In this vignette, we use real data from Kenya 2014 DHS survey to illustrate spatial and spatial-temporal smoothing of child mortality rates using smoothed direct estimation. We focus on subnational under-five mortality rates (U5MR) is this example, although similar analysis could be carried out for other quantities of interest such as neonate mortality rates. We use Kenya 2014 DHS survey as an example and calculate subnational estimates at province levels for 5-year periods. The SAE model we discuss use direct estimates for 5-year periods as input, and produces estimates on both period and yearly levels.

First, we load the package and the necessary data. INLA is not in a standard repository, so we check if it is available and install it if it is not installed.

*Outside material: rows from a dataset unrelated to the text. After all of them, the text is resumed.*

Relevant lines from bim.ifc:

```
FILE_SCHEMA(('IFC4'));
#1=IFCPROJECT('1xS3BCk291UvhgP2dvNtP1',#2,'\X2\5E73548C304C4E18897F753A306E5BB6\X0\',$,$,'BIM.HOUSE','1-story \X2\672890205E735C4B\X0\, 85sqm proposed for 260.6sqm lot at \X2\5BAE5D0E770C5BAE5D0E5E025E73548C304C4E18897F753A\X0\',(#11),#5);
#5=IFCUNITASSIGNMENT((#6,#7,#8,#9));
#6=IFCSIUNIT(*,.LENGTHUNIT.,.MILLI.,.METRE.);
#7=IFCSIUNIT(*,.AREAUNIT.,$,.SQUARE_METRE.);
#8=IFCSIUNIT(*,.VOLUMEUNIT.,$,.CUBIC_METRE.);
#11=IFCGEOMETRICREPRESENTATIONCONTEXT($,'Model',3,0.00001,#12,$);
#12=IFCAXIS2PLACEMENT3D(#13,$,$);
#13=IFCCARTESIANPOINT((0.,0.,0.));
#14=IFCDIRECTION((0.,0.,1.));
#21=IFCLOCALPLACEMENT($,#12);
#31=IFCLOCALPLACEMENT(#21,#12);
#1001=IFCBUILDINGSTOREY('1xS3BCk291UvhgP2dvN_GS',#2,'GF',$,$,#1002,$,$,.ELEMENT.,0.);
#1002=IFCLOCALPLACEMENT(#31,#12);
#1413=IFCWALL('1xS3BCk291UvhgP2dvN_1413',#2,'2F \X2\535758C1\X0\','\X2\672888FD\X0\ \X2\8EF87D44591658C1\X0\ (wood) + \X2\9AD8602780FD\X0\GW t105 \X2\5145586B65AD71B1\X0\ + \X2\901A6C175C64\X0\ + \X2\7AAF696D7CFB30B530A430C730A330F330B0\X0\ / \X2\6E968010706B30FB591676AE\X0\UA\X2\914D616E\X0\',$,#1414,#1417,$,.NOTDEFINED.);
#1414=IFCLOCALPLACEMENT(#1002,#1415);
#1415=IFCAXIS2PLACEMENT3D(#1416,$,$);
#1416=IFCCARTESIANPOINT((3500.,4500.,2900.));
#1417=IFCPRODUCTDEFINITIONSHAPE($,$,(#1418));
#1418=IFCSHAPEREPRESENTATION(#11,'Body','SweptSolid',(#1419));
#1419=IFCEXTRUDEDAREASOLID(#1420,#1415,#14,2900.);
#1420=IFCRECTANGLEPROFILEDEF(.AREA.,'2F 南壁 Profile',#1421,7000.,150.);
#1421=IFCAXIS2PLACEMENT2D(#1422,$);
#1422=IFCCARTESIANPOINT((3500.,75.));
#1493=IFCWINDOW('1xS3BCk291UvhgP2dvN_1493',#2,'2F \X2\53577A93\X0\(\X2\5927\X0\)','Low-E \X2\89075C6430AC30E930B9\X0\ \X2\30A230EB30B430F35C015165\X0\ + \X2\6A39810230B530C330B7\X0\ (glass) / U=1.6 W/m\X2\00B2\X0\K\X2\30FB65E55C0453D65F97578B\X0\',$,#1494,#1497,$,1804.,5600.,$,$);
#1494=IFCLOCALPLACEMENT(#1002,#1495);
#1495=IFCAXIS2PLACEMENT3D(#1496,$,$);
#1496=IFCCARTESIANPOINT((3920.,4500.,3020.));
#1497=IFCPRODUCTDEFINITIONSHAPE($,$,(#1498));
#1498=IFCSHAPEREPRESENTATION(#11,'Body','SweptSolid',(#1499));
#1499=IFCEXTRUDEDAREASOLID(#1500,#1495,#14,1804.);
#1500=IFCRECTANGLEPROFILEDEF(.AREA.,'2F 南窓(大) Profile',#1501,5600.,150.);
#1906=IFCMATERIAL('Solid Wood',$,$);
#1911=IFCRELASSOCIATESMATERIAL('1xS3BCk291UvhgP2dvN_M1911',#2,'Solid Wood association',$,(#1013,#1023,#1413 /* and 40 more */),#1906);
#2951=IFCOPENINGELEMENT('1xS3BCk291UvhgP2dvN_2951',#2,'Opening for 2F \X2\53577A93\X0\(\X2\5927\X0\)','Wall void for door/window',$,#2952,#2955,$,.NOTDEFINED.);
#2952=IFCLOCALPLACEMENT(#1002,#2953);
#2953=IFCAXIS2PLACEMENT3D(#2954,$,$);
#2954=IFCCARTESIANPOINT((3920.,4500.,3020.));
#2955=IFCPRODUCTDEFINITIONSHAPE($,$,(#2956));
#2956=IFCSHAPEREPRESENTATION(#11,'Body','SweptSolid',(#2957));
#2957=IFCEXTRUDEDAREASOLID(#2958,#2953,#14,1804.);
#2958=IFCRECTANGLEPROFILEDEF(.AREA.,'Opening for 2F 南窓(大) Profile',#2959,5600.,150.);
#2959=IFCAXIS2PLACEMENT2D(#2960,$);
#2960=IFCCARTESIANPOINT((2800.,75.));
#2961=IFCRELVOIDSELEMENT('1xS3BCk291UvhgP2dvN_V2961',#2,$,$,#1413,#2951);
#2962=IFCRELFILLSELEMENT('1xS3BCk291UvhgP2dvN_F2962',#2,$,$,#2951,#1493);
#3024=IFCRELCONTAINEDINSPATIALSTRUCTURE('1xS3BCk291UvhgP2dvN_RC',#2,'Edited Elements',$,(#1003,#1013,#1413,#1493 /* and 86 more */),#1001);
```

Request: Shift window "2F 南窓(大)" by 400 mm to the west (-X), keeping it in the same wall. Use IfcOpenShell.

```python
import ifcopenshell
import ifcopenshell.api.geometry
import ifcopenshell.util.placement
import ifcopenshell.util.unit

model = ifcopenshell.open("bim.ifc")
unit_scale = ifcopenshell.util.unit.calculate_unit_scale(model)

window = model.by_guid("1xS3BCk291UvhgP2dvN_1493")
opening = window.FillsVoids[0].RelatingOpeningElement
wall = opening.VoidsElements[0].RelatingBuildingElement

wall_matrix = ifcopenshell.util.placement.get_local_placement(wall.ObjectPlacement)
shift = wall_matrix[:3, 0] * -0.4 / unit_scale
before = ifcopenshell.util.placement.get_local_placement(window.ObjectPlacement)[:3, 3].copy()

# The window is not placed relative to its opening, so move both.
for product in (opening, window):
    matrix = ifcopenshell.util.placement.get_local_placement(product.ObjectPlacement)
    matrix[:3, 3] += shift
    ifcopenshell.api.geometry.edit_object_placement(model, product=product, matrix=matrix, is_si=False)

after = ifcopenshell.util.placement.get_local_placement(window.ObjectPlacement)[:3, 3]
print("window moved by", (after - before).round(3) + 0.0)

model.write("bim_rev.ifc")
```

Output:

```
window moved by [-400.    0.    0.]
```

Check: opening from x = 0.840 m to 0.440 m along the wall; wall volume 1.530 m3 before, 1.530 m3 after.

For this vignette, we used INLA version 20.03.17.

The DHS data can be obtained from the DHS program website at https://dhsprogram.com/data/dataset/Kenya_Standard-DHS_2014. For the analysis of U5MR, we will use the Births Recode in .dta format. Notice that registration with the DHS program is required in order to access this dataset. Below we show two ways to read in the files.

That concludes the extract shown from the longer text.